徳川幕府誕生の昔頃から活字にも残っている小人話は、北海道でアイヌによって千島に追われ、千島列島から北海道に土器を作る土を取りに来ては脅かされて隠れた背の小さい人たちについてのものです。
遠州灘から北海へ漂流してしまった者のアイヌから聞いた話は、何よりもデタラメを言う理由もないリアルな口上書(奉行所提出)に書かれたものです。
私たちは今や現生人類の出アフリカから、4万年前に日本列島に渡来して北上した歴史の流れを知り、また、プロトマレー人、フィリピンのネグリト、南九州・南西諸島の背の高くない人たちがいる状況などを知ってますので、先人の話は大変興味を惹かれます。
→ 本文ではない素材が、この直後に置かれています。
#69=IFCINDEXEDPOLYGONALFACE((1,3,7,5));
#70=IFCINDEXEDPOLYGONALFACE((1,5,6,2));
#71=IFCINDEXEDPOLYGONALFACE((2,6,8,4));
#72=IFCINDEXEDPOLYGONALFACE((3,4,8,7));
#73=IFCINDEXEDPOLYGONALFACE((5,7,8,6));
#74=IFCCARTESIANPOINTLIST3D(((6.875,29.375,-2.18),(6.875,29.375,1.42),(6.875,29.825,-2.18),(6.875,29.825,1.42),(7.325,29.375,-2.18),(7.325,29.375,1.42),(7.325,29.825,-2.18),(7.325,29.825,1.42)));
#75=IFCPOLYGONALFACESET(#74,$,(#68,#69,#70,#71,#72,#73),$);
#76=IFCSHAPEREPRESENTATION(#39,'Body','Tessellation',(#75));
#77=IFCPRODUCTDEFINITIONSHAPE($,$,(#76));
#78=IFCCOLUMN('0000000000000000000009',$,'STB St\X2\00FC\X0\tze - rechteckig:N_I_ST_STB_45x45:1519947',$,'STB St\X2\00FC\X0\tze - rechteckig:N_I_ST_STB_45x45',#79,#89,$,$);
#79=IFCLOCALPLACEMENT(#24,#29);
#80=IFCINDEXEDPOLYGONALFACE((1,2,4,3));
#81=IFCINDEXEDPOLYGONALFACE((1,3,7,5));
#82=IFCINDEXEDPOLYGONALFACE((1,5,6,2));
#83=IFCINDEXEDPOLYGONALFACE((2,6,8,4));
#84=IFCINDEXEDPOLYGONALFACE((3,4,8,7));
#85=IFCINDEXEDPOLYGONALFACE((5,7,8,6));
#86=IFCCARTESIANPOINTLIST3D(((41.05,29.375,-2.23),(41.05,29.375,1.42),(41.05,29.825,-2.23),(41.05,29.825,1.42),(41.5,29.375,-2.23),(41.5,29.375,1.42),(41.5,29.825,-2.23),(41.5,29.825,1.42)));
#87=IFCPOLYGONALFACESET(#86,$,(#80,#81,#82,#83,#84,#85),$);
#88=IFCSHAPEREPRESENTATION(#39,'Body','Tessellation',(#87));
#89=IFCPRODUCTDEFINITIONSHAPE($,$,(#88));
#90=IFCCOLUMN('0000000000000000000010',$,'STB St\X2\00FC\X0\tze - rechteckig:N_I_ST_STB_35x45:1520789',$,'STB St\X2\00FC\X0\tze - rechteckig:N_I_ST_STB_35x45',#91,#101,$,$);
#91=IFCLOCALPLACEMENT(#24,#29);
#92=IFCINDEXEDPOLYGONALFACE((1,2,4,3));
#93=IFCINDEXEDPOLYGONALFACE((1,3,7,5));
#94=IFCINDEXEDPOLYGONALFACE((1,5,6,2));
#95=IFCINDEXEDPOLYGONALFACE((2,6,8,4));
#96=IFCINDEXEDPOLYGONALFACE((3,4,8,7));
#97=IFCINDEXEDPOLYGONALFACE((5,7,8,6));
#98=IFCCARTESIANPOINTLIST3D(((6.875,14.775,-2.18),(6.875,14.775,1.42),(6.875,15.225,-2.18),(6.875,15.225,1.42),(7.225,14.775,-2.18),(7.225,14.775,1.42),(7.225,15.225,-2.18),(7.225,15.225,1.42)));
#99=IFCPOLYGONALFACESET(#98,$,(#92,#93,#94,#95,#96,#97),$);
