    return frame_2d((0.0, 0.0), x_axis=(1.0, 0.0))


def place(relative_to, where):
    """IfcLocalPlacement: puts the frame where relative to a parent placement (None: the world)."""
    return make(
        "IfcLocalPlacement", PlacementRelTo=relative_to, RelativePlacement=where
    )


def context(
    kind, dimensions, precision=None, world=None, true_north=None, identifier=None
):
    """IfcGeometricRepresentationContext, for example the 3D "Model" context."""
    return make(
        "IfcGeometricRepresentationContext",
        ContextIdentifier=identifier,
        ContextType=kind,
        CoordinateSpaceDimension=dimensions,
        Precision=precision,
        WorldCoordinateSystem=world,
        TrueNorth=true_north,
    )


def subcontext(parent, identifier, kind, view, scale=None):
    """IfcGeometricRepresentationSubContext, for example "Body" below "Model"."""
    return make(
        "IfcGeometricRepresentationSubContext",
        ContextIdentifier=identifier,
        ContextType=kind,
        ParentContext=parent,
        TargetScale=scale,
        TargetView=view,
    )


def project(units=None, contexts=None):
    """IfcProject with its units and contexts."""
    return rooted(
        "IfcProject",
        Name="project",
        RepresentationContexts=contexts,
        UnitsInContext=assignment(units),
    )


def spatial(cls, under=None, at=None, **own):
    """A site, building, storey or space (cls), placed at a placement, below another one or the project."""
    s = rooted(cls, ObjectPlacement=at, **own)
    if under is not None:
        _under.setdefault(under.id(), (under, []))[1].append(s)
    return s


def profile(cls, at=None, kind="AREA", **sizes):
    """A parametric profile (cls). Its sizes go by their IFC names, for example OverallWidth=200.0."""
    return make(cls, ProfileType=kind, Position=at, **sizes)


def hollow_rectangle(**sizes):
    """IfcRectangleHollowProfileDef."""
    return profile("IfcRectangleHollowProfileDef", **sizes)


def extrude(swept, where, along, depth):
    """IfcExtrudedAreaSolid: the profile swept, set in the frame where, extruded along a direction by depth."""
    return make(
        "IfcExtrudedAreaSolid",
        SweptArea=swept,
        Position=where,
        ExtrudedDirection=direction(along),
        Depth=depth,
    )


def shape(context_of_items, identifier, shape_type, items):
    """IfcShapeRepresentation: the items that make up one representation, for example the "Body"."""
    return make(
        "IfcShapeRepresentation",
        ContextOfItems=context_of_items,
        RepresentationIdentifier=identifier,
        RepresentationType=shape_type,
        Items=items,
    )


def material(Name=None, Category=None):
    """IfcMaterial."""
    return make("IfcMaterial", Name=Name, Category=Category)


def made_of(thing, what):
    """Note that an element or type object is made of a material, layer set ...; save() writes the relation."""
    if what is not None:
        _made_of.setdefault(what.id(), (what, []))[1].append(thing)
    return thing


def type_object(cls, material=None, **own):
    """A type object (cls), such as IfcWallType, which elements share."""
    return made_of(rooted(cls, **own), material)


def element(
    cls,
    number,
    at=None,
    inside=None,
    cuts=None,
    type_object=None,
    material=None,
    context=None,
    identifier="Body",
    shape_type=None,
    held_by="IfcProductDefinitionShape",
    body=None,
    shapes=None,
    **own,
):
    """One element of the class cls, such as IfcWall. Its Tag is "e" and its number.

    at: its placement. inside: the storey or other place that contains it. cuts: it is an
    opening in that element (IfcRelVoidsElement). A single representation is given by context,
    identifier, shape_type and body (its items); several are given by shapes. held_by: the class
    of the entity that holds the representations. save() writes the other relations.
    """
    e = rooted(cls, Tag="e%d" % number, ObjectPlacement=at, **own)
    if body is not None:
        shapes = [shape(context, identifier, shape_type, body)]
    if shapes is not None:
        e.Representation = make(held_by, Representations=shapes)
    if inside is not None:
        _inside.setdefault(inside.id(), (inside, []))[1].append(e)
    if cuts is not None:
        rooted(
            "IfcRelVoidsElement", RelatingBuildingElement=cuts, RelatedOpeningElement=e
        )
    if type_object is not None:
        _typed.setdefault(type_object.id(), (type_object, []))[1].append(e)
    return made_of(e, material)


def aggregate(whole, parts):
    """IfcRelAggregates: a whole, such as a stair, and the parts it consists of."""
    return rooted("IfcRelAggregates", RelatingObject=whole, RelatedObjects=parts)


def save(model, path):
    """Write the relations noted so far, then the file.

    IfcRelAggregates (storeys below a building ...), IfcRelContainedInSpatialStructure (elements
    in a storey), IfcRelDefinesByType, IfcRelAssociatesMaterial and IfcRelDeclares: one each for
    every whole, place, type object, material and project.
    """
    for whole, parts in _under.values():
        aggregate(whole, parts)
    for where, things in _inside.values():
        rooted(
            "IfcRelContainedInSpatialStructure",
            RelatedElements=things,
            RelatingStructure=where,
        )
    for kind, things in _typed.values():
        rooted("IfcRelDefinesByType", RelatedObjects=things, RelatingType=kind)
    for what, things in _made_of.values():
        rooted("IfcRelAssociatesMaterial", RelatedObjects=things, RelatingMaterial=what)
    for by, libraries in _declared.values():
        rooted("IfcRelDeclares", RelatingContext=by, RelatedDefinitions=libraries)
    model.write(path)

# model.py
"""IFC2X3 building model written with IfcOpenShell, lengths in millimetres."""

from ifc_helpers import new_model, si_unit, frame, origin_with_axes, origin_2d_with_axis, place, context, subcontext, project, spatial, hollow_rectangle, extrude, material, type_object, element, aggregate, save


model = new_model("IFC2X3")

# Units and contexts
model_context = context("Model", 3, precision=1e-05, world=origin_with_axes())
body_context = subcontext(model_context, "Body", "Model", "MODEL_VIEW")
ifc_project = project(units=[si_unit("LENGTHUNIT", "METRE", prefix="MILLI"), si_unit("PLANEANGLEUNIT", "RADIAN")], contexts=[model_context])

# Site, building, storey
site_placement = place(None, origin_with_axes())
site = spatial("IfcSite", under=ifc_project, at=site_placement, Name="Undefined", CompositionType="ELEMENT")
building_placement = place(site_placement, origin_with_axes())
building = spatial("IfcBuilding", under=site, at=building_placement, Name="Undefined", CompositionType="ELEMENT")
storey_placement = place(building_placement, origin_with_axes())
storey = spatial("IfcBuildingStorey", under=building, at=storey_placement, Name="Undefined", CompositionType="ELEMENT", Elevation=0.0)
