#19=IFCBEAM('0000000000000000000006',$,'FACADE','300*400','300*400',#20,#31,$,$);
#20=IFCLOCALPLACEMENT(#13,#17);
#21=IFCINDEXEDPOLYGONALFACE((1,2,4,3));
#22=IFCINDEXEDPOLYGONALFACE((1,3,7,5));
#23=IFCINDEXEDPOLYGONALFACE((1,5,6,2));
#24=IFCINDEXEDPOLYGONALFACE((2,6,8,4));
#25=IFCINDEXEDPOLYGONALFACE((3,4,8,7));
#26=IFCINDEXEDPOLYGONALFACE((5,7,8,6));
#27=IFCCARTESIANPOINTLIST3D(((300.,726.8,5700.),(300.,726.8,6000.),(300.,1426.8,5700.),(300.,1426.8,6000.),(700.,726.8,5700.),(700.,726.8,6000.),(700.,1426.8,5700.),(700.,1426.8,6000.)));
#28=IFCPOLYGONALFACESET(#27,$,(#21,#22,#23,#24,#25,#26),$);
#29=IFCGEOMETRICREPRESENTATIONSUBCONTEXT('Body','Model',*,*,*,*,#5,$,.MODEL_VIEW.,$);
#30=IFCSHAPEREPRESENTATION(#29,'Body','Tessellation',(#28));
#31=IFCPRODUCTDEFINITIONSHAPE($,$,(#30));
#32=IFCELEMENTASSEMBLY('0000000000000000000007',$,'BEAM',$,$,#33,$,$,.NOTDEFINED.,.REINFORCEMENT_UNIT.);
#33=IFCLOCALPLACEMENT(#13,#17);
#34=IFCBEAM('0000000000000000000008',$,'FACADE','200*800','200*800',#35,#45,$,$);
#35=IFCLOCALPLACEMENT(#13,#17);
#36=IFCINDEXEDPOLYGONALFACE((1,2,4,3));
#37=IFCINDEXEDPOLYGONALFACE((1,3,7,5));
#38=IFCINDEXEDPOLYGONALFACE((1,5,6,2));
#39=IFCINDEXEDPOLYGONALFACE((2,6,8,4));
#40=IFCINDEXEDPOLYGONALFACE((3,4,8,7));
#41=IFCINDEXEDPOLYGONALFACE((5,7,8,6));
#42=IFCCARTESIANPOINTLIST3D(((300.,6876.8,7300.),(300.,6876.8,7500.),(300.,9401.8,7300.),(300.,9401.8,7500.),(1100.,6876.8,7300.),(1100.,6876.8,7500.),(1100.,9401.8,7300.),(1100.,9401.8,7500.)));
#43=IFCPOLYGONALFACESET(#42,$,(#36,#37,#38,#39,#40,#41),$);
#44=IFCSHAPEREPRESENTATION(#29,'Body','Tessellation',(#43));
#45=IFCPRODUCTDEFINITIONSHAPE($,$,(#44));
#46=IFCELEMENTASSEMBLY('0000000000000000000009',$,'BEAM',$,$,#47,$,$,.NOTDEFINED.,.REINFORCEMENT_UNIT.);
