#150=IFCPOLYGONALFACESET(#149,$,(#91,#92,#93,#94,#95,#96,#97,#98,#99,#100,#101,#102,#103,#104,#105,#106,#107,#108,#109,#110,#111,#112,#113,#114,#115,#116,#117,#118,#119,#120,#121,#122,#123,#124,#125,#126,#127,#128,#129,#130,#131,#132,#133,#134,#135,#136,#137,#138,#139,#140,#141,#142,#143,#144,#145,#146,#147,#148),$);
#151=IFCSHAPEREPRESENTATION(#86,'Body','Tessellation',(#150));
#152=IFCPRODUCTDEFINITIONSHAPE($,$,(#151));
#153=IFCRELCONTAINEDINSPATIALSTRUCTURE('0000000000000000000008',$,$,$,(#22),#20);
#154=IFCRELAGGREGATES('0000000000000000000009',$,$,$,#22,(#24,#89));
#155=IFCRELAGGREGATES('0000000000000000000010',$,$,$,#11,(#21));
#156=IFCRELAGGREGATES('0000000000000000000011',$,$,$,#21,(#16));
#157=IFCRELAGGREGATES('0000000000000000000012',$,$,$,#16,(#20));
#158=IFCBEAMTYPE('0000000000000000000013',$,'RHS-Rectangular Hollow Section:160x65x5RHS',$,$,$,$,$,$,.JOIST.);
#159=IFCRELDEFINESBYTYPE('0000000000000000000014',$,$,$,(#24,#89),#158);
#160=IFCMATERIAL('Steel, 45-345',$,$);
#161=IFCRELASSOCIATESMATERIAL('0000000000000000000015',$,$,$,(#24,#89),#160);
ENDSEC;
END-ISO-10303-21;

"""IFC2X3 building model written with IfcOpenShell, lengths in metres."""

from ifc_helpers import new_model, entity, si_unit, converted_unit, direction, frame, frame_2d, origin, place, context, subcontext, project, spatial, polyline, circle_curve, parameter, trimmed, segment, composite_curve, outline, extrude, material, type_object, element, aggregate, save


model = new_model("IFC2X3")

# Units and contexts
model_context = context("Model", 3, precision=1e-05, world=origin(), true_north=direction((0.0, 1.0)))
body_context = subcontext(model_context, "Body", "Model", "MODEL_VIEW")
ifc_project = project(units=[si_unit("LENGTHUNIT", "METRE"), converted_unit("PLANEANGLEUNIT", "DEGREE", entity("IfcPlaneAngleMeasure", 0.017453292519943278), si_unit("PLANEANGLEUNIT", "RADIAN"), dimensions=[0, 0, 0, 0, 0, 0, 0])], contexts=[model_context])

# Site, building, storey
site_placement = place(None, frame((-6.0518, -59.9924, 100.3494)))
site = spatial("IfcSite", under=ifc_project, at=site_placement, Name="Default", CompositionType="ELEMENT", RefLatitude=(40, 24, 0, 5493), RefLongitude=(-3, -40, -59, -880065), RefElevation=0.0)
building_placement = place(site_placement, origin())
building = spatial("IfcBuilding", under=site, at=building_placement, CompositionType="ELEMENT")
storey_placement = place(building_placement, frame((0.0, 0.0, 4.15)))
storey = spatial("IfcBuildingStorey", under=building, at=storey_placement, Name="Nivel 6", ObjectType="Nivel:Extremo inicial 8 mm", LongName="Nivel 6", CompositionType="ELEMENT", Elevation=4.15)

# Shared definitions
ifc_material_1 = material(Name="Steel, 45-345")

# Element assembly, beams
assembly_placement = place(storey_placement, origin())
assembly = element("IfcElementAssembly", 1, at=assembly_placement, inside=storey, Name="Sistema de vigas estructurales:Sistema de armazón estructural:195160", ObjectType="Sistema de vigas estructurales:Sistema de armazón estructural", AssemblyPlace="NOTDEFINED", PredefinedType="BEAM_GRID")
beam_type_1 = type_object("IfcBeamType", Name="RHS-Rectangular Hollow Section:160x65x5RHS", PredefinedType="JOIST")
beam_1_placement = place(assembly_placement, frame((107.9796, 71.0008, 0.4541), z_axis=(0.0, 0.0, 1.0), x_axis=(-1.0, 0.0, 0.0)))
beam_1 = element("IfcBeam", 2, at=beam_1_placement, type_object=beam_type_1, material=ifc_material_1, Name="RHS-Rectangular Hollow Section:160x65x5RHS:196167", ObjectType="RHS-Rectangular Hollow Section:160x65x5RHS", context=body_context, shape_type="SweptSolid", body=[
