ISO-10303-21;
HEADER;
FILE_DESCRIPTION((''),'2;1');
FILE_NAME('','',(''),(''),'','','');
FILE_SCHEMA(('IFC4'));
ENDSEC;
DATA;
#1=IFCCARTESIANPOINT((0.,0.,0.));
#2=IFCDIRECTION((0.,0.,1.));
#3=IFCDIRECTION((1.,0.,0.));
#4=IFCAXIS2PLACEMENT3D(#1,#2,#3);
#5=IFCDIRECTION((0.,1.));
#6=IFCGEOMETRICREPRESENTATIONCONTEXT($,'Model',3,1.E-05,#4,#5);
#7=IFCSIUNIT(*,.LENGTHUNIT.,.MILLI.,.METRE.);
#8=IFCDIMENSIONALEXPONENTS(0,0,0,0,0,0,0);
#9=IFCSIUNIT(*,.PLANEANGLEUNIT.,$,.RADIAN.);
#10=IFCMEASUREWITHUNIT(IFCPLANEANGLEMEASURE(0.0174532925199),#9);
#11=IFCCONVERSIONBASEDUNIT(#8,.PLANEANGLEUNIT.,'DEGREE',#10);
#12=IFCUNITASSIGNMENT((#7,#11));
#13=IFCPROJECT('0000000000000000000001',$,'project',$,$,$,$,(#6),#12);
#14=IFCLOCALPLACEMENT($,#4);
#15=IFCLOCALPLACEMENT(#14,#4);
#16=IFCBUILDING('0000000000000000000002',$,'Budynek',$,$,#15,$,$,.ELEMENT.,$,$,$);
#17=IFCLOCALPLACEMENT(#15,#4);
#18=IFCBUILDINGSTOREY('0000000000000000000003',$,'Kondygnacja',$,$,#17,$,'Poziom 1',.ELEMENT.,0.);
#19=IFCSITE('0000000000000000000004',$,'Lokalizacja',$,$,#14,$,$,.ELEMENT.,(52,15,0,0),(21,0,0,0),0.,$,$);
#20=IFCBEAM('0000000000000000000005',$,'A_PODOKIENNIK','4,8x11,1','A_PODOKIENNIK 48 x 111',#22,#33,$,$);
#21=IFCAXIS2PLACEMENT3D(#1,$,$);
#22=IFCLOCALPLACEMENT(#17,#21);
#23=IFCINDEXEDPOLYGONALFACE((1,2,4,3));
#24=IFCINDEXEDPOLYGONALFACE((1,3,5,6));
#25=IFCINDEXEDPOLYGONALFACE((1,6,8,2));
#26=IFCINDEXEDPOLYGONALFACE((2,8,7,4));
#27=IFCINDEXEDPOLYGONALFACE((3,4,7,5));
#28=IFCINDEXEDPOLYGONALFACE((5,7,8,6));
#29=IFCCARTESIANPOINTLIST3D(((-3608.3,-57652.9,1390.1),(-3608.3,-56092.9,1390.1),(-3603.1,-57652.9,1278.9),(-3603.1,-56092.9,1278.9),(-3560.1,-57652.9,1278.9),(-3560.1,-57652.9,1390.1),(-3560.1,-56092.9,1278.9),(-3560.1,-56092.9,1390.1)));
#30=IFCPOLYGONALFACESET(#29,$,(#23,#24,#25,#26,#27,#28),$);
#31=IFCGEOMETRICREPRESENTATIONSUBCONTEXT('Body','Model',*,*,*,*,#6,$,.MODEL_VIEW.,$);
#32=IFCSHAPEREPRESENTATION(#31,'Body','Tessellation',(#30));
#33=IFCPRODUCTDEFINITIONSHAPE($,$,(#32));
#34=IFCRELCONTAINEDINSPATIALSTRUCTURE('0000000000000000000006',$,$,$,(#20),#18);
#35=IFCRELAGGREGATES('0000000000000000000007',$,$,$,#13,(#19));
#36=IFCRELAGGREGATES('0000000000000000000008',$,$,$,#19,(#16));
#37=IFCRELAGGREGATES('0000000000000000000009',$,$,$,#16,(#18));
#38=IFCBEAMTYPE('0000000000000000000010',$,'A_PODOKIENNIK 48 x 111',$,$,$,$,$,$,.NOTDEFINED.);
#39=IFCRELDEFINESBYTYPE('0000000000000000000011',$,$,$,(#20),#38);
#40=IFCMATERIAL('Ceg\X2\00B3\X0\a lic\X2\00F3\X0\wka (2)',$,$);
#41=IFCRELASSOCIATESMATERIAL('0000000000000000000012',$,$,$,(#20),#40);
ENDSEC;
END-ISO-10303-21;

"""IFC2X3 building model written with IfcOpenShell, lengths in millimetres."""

from ifc_helpers import new_model, entity, si_unit, converted_unit, direction, frame, origin_with_axes, place, context, subcontext, project, spatial, polyline, outline, extrude, material, type_object, element, save


model = new_model("IFC2X3")

# Units and contexts
model_context = context("Model", 3, precision=1e-05, world=origin_with_axes(), true_north=direction((0.0, 1.0)))
body_context = subcontext(model_context, "Body", "Model", "MODEL_VIEW")
ifc_project = project(units=[si_unit("LENGTHUNIT", "METRE", prefix="MILLI"), converted_unit("PLANEANGLEUNIT", "DEGREE", entity("IfcPlaneAngleMeasure", 0.0174532925199), si_unit("PLANEANGLEUNIT", "RADIAN"), dimensions=[0, 0, 0, 0, 0, 0, 0])], contexts=[model_context])

# Site, building, storey
site_placement = place(None, origin_with_axes())
site = spatial("IfcSite", under=ifc_project, at=site_placement, Name="Lokalizacja", CompositionType="ELEMENT", RefLatitude=(52, 15, 0, 0), RefLongitude=(21, 0, 0, 0), RefElevation=0.0)
building_placement = place(site_placement, origin_with_axes())
building = spatial("IfcBuilding", under=site, at=building_placement, Name="Budynek", CompositionType="ELEMENT")
storey_placement = place(building_placement, origin_with_axes())
storey = spatial("IfcBuildingStorey", under=building, at=storey_placement, Name="Kondygnacja", LongName="Poziom 1", CompositionType="ELEMENT", Elevation=0.0)

# Beam
ifc_material_1 = material(Name="Ceg³a licówka (2)")
beam_type_1 = type_object("IfcBeamType", Name="A_PODOKIENNIK 48 x 111", PredefinedType="NOTDEFINED")
beam_1_placement = place(storey_placement, frame((-3560.1, -56092.9, 1278.9), z_axis=(0.0, 0.0, 1.0), x_axis=(-1.0, 0.0, 0.0)))
element("IfcBeam", 1, at=beam_1_placement, inside=storey, type_object=beam_type_1, material=ifc_material_1, Name="A_PODOKIENNIK", Description="4,8x11,1", ObjectType="A_PODOKIENNIK 48 x 111", context=body_context, shape_type="SweptSolid", body=[
    extrude(outline(polyline([(0.0, 0.0), (43.0, 0.0), (48.2, 111.1), (0.0, 111.1), (0.0, 0.0)])), frame((0.0, 1560.0, 0.0), z_axis=(0.0, -1.0, 0.0), x_axis=(1.0, 0.0, 0.0)), (0.0, 0.0, 1.0), 1560.0),
])

save(model, "model.ifc")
現在この話が注目されていない理由は、江戸時代の話から約240年経った明治半ば過ぎに、高名な研究者が北千島に行って見たがそういう小人は居なかった、皆、千島アイヌだったと報告したことが影響しています。
しかしその240年間には、北海道アイヌの千島進出に加えてカムチャッカ半島からのクリル族などの南下が考えられますので、ひっそりと逃げ回るように暮らしていた人たちが見つからなくなっていたのは十分あり得ることです。
またその時代は、貪欲なロシア人、インドネシアのバタビアから北上航海して樺太や得撫島に行ったオランダ人などがいましたので、それらの記録に何かあれば大ヒットなんですが。
ま、いずれにしましても人類史の流れを考えますと、見つからないから無かった、ではダメでしょうと思うのです。